Social and ecological systems and their relationships are, of course, very complex and decisions will sometimes need to be made on the basis of incomplete or uncertain information.Where this is the case, areas of uncertainty should be identified and key assumptions should be made transparent so that they can be subject to independent scrutiny.
Capability, capacity and the use of information will be critical issues in implementing changes to water management, particularly in the period when objectives and limits, and the methods and tools to achieve them are being developed.
Investment is required to speed the development of a small number of interoperable models and efforts are required to improve the communication of science to lay audiences and the integration of Mātauranga Māori into our decision-making processes.
All sectors need to invest in the development and implementation of extension programmes to ensure continued and accelerated uptake of good management practice.
Duration and expiry of consents
The investment required to develop and operate large-scale water infrastructure and to change water and land management practices is often significant and complex. To safeguard and enable this investment, water consents need to have clear security of tenure.
The duration and certainty of consents, and the way they are treated on expiry has an influence on investment confidence and, ultimately, the efficiency of water management outcomes.
We believe that, within the water management regime we have recommended, councils should not be able to grant consents for less than 20 years unless an applicant is seeking temporary access to water.
We also believe that longer consent durations could become the norm.
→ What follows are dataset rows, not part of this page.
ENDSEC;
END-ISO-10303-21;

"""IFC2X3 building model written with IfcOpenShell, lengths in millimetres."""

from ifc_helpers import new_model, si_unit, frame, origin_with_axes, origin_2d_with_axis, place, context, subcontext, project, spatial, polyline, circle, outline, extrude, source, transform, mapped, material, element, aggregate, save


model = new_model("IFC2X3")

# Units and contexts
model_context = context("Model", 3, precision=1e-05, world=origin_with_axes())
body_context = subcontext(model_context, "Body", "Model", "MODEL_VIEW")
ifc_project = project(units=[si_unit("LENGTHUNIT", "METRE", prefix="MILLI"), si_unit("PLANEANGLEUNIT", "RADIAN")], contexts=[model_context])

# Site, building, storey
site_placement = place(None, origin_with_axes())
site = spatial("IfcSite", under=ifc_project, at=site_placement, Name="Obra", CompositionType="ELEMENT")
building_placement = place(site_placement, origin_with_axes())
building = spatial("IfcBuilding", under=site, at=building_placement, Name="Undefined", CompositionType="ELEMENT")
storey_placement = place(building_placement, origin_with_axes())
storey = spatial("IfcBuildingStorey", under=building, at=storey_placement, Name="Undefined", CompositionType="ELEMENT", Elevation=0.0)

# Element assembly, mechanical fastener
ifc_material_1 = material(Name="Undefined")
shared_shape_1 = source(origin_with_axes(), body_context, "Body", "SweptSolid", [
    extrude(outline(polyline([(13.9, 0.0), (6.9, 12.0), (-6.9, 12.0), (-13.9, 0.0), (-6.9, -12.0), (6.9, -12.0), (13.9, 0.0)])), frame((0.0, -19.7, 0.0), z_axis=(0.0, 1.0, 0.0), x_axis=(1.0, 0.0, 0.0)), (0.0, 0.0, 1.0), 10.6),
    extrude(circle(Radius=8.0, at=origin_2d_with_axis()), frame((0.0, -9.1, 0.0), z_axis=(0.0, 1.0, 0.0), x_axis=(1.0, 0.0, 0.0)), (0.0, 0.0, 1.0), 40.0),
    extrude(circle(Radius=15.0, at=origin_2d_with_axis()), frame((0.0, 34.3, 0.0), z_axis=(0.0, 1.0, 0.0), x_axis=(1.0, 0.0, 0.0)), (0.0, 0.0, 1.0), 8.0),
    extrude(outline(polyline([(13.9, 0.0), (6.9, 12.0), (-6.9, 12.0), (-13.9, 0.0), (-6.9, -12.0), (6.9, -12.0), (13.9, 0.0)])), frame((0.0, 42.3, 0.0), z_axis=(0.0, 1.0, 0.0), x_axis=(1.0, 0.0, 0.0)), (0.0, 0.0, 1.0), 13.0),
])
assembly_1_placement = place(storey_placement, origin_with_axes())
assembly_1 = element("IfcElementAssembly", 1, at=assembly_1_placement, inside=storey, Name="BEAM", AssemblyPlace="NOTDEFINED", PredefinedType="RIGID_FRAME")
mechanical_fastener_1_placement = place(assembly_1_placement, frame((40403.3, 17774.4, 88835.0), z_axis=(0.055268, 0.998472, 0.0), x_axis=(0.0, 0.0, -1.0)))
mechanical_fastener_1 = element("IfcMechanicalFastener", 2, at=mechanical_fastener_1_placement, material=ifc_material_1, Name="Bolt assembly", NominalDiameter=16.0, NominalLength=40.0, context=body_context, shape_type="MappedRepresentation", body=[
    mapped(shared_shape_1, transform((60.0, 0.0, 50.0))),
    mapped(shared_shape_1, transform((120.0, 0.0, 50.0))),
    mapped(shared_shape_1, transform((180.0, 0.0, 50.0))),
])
Within three years of implementing the changes recommended by the Forum, there should be a review – conducted in a manner that is consistent with the Forum’s statement on iwi rights and interests in freshwater – on the question of re-issuing consents on expiry and extending beyond 35 years the permissible consent duration for large-scale projects that have been provided for through collaborative planning processes.
Some of us believe that there should be an expectation that the review will lead to change.
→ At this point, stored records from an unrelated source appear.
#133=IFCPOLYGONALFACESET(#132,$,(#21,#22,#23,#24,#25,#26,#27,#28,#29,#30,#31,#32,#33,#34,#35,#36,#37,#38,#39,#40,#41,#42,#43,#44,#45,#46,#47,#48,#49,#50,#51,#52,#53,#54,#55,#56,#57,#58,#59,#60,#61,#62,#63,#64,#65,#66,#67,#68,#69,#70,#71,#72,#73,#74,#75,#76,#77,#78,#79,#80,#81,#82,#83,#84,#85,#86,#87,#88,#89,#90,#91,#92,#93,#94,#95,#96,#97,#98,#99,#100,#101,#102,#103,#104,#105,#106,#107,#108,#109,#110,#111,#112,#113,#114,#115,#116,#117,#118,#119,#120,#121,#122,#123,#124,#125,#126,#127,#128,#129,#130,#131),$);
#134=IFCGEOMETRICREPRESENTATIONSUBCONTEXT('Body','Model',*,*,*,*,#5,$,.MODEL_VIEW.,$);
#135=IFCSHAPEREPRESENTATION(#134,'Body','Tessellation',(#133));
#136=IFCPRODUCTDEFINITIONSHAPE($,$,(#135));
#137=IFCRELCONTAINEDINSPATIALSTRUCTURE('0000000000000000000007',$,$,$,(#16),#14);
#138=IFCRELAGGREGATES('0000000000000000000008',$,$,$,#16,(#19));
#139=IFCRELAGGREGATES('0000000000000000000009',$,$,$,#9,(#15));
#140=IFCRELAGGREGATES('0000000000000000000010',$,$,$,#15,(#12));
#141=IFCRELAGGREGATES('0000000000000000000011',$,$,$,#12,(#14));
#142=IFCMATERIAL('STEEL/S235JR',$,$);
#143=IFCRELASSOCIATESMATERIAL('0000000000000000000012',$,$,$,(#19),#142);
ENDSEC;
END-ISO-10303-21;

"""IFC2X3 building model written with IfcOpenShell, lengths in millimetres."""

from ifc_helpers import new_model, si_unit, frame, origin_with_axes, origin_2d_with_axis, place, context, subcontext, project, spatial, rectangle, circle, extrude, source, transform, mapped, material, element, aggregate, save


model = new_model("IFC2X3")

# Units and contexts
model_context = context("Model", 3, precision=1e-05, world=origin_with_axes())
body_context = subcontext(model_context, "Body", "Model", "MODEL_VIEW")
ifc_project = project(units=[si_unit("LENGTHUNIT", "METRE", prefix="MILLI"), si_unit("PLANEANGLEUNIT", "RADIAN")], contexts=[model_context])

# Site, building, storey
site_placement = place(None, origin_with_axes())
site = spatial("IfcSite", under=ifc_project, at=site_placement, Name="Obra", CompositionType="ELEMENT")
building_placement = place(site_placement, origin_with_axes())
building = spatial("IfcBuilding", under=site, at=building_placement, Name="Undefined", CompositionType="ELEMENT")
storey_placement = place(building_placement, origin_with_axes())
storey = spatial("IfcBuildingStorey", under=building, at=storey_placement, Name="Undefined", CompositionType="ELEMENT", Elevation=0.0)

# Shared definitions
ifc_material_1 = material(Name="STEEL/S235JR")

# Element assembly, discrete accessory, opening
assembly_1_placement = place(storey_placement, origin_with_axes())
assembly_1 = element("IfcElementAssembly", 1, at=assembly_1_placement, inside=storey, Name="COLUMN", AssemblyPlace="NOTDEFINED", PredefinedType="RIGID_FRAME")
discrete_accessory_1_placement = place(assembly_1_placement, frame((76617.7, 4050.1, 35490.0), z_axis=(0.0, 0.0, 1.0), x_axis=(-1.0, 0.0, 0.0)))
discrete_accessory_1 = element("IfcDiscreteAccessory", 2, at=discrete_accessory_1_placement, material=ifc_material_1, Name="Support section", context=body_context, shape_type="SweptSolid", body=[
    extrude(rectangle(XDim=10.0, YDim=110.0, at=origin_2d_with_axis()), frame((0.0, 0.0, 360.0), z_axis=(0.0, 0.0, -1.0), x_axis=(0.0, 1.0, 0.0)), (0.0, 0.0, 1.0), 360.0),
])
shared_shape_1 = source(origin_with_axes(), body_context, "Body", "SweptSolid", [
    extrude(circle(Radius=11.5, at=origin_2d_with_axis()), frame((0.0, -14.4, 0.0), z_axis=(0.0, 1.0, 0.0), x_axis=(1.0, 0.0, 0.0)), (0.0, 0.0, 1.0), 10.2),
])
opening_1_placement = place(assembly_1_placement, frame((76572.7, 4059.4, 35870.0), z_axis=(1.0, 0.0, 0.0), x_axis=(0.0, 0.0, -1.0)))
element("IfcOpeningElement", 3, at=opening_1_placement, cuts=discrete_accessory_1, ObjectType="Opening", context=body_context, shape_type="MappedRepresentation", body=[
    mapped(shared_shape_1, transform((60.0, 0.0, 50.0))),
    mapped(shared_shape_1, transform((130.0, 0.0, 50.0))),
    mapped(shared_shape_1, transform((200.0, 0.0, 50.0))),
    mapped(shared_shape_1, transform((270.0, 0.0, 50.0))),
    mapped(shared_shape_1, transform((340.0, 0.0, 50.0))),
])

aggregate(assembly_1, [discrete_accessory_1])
The regime we have set out across our three reports will involve a significant change of culture and behaviours in the way we use and manage water in New Zealand.
It will unfold over time, and its benefits will become visible progressively.
Councils and central government will need to work out policy with their communities and to follow transparent decision-making processes.
There will need to be more effective stakeholder engagement in plan making, information will need to be generated shared and communicated differently and those with an interest in freshwater management will need to arrange themselves to participate in catchment-planning processes. All parties will need to take on responsibility for implementing plans, managing within limits and meeting catchment objectives.
Central government has a critical role to play in providing guidance and direction for regional councils, disseminating ‘best practice’ across the water management framework, and providing ways to maintain a sense of momentum and common purpose as the reforms unfold.
Regional authorities will continue to play a key part in water management, including through new roles such as facilitating collaborative catchment processes and acting with central government to share expertise and ensure national consistency.
We suggest that there will also be a role for further collaboration at the national level, in particular for the development of the national direction and guidance recommended in this report.
Throughout our reports we have consistently emphasised the importance of adaptive management. The effect of our recommendations should be monitored and the framework we have proposed should be adjusted if necessary.
We have decided to come back together in July 2013 to discuss the potential nature of the on-going role of the Forum in New Zealand’s freshwater management regime.